The corporate earnings season in perspective, all seems well for the long-term investor. In fact, to see continued volatile churn during earnings seasons is actually a good sign.
Not until every investor and commentator’s response is, for whatever reason, a positive one do we need to start worrying.
So How Are Earnings?
In a word, earnings are “solid.”
And looking at the latest forward data the word “acceleration” also comes to mind.
This type of consistent pattern is rarely seen. Of course, the moment you mention something about the stock market upside and accelerating earnings, you’re immediately overwhelmed at the howling of, "Yeah, but those are really signs of the end...it can't get any better..."
And that’s been the same message for at least the last 10,000 points.
So get used to it.
Here’s one for the nerds.
The year-over-year growth rate of the S&P 500’s forward earnings estimate tracks the "expected" forward growth rate of the S&P 500 earnings vs. that same expected rate one year prior.
These adjust as calls are done and reports flow into the system.
There is a real stretch going on as the stock market’s tech sector now covers nearly one-quarter of all returns, and the market-weighted indices are currently skewing much higher than the equally-weighted indices or portfolios.
Just keep in mind it is all good for the long-term, patient investor.
Thomson Reuters provides a forward 4-quarter estimate each week, which for this quarter represents the sum of the bottom-up estimates from Q4 '17 through Q3 '18.
Now, as of Friday's data close, the forward 4-quarter estimate of $142.16 grew 10.58% vs. the same estimate on November 4th, 2016.
The good news is that acceleration is still getting better as the 10.58% reading is a new post-2008 high for the "growth rate" of the S&P 500 forward estimate.
Some might ask: “And that means what exactly?”
Well, it tells us that the "one-year forward" S&P 500 earnings estimate, from an expanding collection of quarterly reports, is growing at a slowly accelerating pace.
Here’s how those forward estimates have moved since late September '17 before the current earnings season got rolling:
- 11/3/17 - $142.16, +10.58%
- 10/27/17 - $142.10, +10.18%
- 10/20/17 - $142.25, +10.13%
- 10/13/17 - $141.90, +9.81%
- 10/6/17 - $141.87, +9.52%
- 9/29/17 - $137.62, +10%
(Source: Thomson Reuters data)
Interestingly, in the past when we’ve witnessed an increasing growth rate in forward earnings you tend to see "P/E expansion" in the S&P 500 like so many experts cover on TV.
Except that we haven't.
You won't ever hear this from the pundits when talking about valuation but (and this is a big but) the S&P 500's forward P/E ratio today stands at just about the same level it was when 2017 started.
Check the list again:
- 11/3/17 - 18.2(x)
- 10/6/17 - 18.0(x)
- 7/7/17 - 17.4(x)
- 4/7/17 - 17.4(x)
- 1/6/17 - 17.15(x)
While no single piece of data moves the world it is a compelling positive that even with sentiment finally waking up a tiny bit after years of the stock market rally that valuation being "stretched" is not one of the arguments to fear.
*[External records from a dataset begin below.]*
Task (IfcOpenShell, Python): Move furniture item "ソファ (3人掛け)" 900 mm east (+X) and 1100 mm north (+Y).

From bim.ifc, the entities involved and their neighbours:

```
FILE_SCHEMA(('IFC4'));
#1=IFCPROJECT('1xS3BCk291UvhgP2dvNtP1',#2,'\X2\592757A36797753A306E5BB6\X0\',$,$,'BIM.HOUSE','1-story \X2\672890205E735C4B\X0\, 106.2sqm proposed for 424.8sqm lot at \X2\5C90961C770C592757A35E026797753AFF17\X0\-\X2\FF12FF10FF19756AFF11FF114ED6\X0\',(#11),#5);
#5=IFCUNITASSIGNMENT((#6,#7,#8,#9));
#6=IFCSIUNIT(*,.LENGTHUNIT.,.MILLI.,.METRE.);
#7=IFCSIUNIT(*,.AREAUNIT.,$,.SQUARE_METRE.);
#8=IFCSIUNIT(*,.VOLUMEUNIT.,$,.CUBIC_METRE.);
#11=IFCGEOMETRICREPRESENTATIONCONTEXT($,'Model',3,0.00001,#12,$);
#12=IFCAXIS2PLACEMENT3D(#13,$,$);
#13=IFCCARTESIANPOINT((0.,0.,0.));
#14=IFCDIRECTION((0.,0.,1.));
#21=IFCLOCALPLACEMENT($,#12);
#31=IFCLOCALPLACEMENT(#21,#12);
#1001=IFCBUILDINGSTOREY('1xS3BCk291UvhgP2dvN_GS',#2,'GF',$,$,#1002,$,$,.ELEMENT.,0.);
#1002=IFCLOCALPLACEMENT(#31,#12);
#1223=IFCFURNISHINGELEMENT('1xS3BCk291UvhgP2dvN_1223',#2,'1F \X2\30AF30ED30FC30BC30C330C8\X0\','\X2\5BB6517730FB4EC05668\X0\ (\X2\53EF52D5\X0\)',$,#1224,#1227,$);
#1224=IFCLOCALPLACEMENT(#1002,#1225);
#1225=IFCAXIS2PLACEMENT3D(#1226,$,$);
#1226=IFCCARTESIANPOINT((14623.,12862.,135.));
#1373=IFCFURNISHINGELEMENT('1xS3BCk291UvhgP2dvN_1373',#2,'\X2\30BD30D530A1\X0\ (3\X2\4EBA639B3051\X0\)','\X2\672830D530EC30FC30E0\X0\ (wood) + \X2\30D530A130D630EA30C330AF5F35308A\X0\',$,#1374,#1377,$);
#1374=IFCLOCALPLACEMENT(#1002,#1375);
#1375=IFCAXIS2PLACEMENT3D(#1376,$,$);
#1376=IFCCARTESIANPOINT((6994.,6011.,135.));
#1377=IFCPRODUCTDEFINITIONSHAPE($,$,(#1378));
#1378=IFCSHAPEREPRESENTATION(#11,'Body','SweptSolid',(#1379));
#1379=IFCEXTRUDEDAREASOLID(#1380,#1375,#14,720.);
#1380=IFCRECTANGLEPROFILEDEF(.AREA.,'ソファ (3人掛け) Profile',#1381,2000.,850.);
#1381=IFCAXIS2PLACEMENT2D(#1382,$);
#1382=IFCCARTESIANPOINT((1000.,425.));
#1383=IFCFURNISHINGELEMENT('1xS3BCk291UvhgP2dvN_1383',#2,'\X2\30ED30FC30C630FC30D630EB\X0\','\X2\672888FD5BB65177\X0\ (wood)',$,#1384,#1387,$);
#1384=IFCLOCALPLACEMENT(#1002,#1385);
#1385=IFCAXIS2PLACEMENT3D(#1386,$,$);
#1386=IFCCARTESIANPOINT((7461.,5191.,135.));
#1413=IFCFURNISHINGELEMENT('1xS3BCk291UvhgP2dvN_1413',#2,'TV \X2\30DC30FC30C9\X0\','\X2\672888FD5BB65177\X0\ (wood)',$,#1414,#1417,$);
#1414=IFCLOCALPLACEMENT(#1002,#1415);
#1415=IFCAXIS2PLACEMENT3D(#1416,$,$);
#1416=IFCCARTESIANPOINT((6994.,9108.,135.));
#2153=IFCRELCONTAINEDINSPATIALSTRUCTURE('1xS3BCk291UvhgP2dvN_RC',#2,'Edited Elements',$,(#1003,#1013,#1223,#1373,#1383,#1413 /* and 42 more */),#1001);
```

```python
import ifcopenshell
import ifcopenshell.api.geometry
import ifcopenshell.util.placement
import ifcopenshell.util.unit

model = ifcopenshell.open("bim.ifc")
unit_scale = ifcopenshell.util.unit.calculate_unit_scale(model)

item = model.by_guid("1xS3BCk291UvhgP2dvN_1373")
matrix = ifcopenshell.util.placement.get_local_placement(item.ObjectPlacement)
matrix[0, 3] += 0.9 / unit_scale
matrix[1, 3] += 1.1 / unit_scale
ifcopenshell.api.geometry.edit_object_placement(model, product=item, matrix=matrix, is_si=False)

print(ifcopenshell.util.placement.get_local_placement(item.ObjectPlacement).round(3) + 0.0)

model.write("bim_v2.ifc")
```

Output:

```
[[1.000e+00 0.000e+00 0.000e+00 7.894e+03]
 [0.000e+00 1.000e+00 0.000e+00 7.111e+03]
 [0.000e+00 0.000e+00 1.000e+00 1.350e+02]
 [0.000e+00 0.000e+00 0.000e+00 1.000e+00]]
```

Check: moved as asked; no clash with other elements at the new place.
This week, we should expect margin to continue to increase in the tech end of the market.
And for those of you who fear the end of things, consider that the US is facing the very early waves of change as our economy begins to take more of the reins of the "Barbell Effect."
This shift is set to cause more change in the next 15 years than we have seen in the last 100 years combined.
Almost every aspect of what we experience in daily life will change so rapidly that many items will feel a little scary. But they will change. Instead of fearing things like AI and robots, these types of historic and fundamental industry sector changes have always led to more and higher paying jobs, larger economic output and new frontiers of growth.
Keep in mind that none of this yet incorporates tax reform or the ability to bring dollars back into the US from overseas via repatriation.
While the earnings explosion in tech was the big news last Friday, keep in mind a company like Microsoft has over 90% of its $138.5 billion in cash and short-term investments held overseas.
The higher these market numbers get the more intense the stock market altitude sickness will be to overcome.
It's the long-term current we need to invest in and not the short-term waves that make a lot of noise when they hit the shore.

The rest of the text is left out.